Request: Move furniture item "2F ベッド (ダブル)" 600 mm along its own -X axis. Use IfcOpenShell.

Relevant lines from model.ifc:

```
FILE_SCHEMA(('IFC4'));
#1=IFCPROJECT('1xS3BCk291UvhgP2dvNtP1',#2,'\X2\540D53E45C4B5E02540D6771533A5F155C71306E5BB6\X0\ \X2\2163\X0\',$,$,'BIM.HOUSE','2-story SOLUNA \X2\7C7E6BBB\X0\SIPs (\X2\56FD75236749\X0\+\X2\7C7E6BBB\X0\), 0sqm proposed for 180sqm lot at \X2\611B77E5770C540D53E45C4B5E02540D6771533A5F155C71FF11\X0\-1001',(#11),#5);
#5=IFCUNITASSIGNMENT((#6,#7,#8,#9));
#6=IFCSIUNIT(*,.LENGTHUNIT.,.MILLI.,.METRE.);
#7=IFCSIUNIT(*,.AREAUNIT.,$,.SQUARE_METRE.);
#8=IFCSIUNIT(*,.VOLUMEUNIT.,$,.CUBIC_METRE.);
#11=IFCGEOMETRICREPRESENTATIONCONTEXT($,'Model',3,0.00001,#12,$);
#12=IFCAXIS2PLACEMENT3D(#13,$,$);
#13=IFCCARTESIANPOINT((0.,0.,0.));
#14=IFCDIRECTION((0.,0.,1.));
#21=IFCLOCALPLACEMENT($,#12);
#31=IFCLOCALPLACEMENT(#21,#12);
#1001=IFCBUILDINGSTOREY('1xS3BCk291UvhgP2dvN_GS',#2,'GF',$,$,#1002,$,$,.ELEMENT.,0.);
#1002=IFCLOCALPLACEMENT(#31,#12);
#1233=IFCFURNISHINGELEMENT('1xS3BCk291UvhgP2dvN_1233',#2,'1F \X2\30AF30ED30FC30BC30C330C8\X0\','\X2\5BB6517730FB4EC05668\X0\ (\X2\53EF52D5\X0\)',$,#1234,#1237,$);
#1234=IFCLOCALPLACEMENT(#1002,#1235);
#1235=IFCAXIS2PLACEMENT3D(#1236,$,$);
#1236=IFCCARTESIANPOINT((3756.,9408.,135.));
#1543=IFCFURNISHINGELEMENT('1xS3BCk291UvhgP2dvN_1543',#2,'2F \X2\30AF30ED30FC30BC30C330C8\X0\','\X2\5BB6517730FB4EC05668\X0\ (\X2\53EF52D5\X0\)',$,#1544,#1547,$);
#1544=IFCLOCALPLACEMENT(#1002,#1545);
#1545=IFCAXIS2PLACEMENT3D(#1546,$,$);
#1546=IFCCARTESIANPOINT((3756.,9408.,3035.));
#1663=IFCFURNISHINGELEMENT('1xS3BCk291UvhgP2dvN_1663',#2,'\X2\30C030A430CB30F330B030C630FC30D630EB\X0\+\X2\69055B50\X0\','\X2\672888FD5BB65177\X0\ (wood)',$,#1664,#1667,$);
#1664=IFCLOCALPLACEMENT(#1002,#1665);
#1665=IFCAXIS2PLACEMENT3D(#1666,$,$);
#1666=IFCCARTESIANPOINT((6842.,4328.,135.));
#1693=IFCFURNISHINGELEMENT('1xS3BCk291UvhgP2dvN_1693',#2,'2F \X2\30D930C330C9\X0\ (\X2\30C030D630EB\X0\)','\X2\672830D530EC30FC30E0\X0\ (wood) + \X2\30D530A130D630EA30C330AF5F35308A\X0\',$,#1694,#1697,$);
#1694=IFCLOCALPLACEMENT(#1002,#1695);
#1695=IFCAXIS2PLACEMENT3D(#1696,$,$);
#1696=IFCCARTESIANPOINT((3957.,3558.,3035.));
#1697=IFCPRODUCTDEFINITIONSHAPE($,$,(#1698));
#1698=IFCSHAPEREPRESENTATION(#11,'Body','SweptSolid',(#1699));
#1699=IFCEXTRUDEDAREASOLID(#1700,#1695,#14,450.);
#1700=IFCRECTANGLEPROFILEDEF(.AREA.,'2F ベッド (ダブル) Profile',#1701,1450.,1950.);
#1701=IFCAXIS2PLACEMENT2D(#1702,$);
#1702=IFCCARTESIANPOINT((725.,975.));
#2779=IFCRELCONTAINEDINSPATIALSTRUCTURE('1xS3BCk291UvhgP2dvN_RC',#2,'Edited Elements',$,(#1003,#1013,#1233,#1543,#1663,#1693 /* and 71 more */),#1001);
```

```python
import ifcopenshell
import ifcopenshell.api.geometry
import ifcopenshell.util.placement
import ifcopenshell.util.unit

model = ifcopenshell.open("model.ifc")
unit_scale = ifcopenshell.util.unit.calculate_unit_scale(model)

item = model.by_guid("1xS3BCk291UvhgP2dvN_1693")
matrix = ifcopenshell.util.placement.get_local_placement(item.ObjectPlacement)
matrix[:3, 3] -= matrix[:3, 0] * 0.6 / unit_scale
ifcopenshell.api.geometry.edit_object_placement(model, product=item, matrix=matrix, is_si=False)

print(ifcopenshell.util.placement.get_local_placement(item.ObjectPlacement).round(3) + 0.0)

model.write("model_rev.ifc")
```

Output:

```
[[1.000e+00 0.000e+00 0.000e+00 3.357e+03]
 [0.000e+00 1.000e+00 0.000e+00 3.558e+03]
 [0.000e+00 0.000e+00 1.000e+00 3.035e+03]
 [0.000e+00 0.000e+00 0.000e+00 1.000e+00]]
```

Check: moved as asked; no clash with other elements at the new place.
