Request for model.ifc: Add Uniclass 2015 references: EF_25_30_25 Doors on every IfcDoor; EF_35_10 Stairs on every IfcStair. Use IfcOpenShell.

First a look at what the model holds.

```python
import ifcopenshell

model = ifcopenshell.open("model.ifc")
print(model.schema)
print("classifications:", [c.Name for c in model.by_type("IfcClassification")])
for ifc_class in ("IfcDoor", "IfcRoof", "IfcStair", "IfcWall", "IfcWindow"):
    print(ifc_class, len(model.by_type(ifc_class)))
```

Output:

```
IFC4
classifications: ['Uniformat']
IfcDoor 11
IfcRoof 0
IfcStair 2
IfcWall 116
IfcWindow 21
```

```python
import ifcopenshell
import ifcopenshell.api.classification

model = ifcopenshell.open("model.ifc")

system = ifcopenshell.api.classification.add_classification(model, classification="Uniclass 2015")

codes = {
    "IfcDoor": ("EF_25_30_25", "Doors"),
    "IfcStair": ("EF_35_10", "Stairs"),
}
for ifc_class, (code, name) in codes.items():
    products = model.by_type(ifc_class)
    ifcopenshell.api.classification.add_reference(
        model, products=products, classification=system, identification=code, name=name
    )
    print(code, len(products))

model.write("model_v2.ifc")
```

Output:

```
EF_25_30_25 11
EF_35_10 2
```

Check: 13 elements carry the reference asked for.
--- --- ---
**Instructions to follow:** What you hand back must match the records above exactly.

**Response below:**
Request: Move furniture item "2F ベッド (ダブル)" 600 mm along its own -X axis. Use IfcOpenShell.

Relevant lines from model.ifc:

```
FILE_SCHEMA(('IFC4'));
#1=IFCPROJECT('1xS3BCk291UvhgP2dvNtP1',#2,'\X2\540D53E45C4B5E02540D6771533A5F155C71306E5BB6\X0\ \X2\2163\X0\',$,$,'BIM.HOUSE','2-story SOLUNA \X2\7C7E6BBB\X0\SIPs (\X2\56FD75236749\X0\+\X2\7C7E6BBB\X0\), 0sqm proposed for 180sqm lot at \X2\611B77E5770C540D53E45C4B5E02540D6771533A5F155C71FF11\X0\-1001',(#11),#5);
#5=IFCUNITASSIGNMENT((#6,#7,#8,#9));
#6=IFCSIUNIT(*,.LENGTHUNIT.,.MILLI.,.METRE.);
#7=IFCSIUNIT(*,.AREAUNIT.,$,.SQUARE_METRE.);
#8=IFCSIUNIT(*,.VOLUMEUNIT.,$,.CUBIC_METRE.);
#11=IFCGEOMETRICREPRESENTATIONCONTEXT($,'Model',3,0.00001,#12,$);
#12=IFCAXIS2PLACEMENT3D(#13,$,$);
#13=IFCCARTESIANPOINT((0.,0.,0.));
#14=IFCDIRECTION((0.,0.,1.));
#21=IFCLOCALPLACEMENT($,#12);
#31=IFCLOCALPLACEMENT(#21,#12);
#1001=IFCBUILDINGSTOREY('1xS3BCk291UvhgP2dvN_GS',#2,'GF',$,$,#1002,$,$,.ELEMENT.,0.);
#1002=IFCLOCALPLACEMENT(#31,#12);
#1233=IFCFURNISHINGELEMENT('1xS3BCk291UvhgP2dvN_1233',#2,'1F \X2\30AF30ED30FC30BC30C330C8\X0\','\X2\5BB6517730FB4EC05668\X0\ (\X2\53EF52D5\X0\)',$,#1234,#1237,$);
#1234=IFCLOCALPLACEMENT(#1002,#1235);
#1235=IFCAXIS2PLACEMENT3D(#1236,$,$);
#1236=IFCCARTESIANPOINT((3756.,9408.,135.));
#1543=IFCFURNISHINGELEMENT('1xS3BCk291UvhgP2dvN_1543',#2,'2F \X2\30AF30ED30FC30BC30C330C8\X0\','\X2\5BB6517730FB4EC05668\X0\ (\X2\53EF52D5\X0\)',$,#1544,#1547,$);
#1544=IFCLOCALPLACEMENT(#1002,#1545);
#1545=IFCAXIS2PLACEMENT3D(#1546,$,$);
#1546=IFCCARTESIANPOINT((3756.,9408.,3035.));
#1663=IFCFURNISHINGELEMENT('1xS3BCk291UvhgP2dvN_1663',#2,'\X2\30C030A430CB30F330B030C630FC30D630EB\X0\+\X2\69055B50\X0\','\X2\672888FD5BB65177\X0\ (wood)',$,#1664,#1667,$);
#1664=IFCLOCALPLACEMENT(#1002,#1665);
#1665=IFCAXIS2PLACEMENT3D(#1666,$,$);
#1666=IFCCARTESIANPOINT((6842.,4328.,135.));
#1693=IFCFURNISHINGELEMENT('1xS3BCk291UvhgP2dvN_1693',#2,'2F \X2\30D930C330C9\X0\ (\X2\30C030D630EB\X0\)','\X2\672830D530EC30FC30E0\X0\ (wood) + \X2\30D530A130D630EA30C330AF5F35308A\X0\',$,#1694,#1697,$);
#1694=IFCLOCALPLACEMENT(#1002,#1695);
#1695=IFCAXIS2PLACEMENT3D(#1696,$,$);
#1696=IFCCARTESIANPOINT((3957.,3558.,3035.));
#1697=IFCPRODUCTDEFINITIONSHAPE($,$,(#1698));
#1698=IFCSHAPEREPRESENTATION(#11,'Body','SweptSolid',(#1699));
#1699=IFCEXTRUDEDAREASOLID(#1700,#1695,#14,450.);
#1700=IFCRECTANGLEPROFILEDEF(.AREA.,'2F ベッド (ダブル) Profile',#1701,1450.,1950.);
#1701=IFCAXIS2PLACEMENT2D(#1702,$);
#1702=IFCCARTESIANPOINT((725.,975.));
#2779=IFCRELCONTAINEDINSPATIALSTRUCTURE('1xS3BCk291UvhgP2dvN_RC',#2,'Edited Elements',$,(#1003,#1013,#1233,#1543,#1663,#1693 /* and 71 more */),#1001);
```

```python
import ifcopenshell
import ifcopenshell.api.geometry
import ifcopenshell.util.placement
import ifcopenshell.util.unit

model = ifcopenshell.open("model.ifc")
unit_scale = ifcopenshell.util.unit.calculate_unit_scale(model)

item = model.by_guid("1xS3BCk291UvhgP2dvN_1693")
matrix = ifcopenshell.util.placement.get_local_placement(item.ObjectPlacement)
matrix[:3, 3] -= matrix[:3, 0] * 0.6 / unit_scale
ifcopenshell.api.geometry.edit_object_placement(model, product=item, matrix=matrix, is_si=False)

print(ifcopenshell.util.placement.get_local_placement(item.ObjectPlacement).round(3) + 0.0)

model.write("model_rev.ifc")
```

Output:

```
[[1.000e+00 0.000e+00 0.000e+00 3.357e+03]
 [0.000e+00 1.000e+00 0.000e+00 3.558e+03]
 [0.000e+00 0.000e+00 1.000e+00 3.035e+03]
 [0.000e+00 0.000e+00 0.000e+00 1.000e+00]]
```

Check: moved as asked; no clash with other elements at the new place.
Request for model.ifc: Add Uniclass 2015 references: EF_25_30_25 Doors on every IfcDoor; EF_35_10 Stairs on every IfcStair. Use IfcOpenShell.

First a look at what the model holds.

```python
import ifcopenshell

model = ifcopenshell.open("model.ifc")
print(model.schema)
print("classifications:", [c.Name for c in model.by_type("IfcClassification")])
for ifc_class in ("IfcDoor", "IfcRoof", "IfcStair", "IfcWall", "IfcWindow"):
    print(ifc_class, len(model.by_type(ifc_class)))
```

Output:

```
IFC4
classifications: ['Uniformat']
IfcDoor 11
IfcRoof 0
IfcStair 2
IfcWall 116
IfcWindow 21
```

```python
import ifcopenshell
import ifcopenshell.api.classification

model = ifcopenshell.open("model.ifc")

system = ifcopenshell.api.classification.add_classification(model, classification="Uniclass 2015")

codes = {
    "IfcDoor": ("EF_25_30_25", "Doors"),
    "IfcStair": ("EF_35_10", "Stairs"),
}
for ifc_class, (code, name) in codes.items():
    products = model.by_type(ifc_class)
    ifcopenshell.api.classification.add_reference(
        model, products=products, classification=system, identification=code, name=name
    )
    print(code, len(products))

model.write("model_v2.ifc")
```

Output:

```
EF_25_30_25 11
EF_35_10 2
```

Check: 13 elements carry the reference asked for.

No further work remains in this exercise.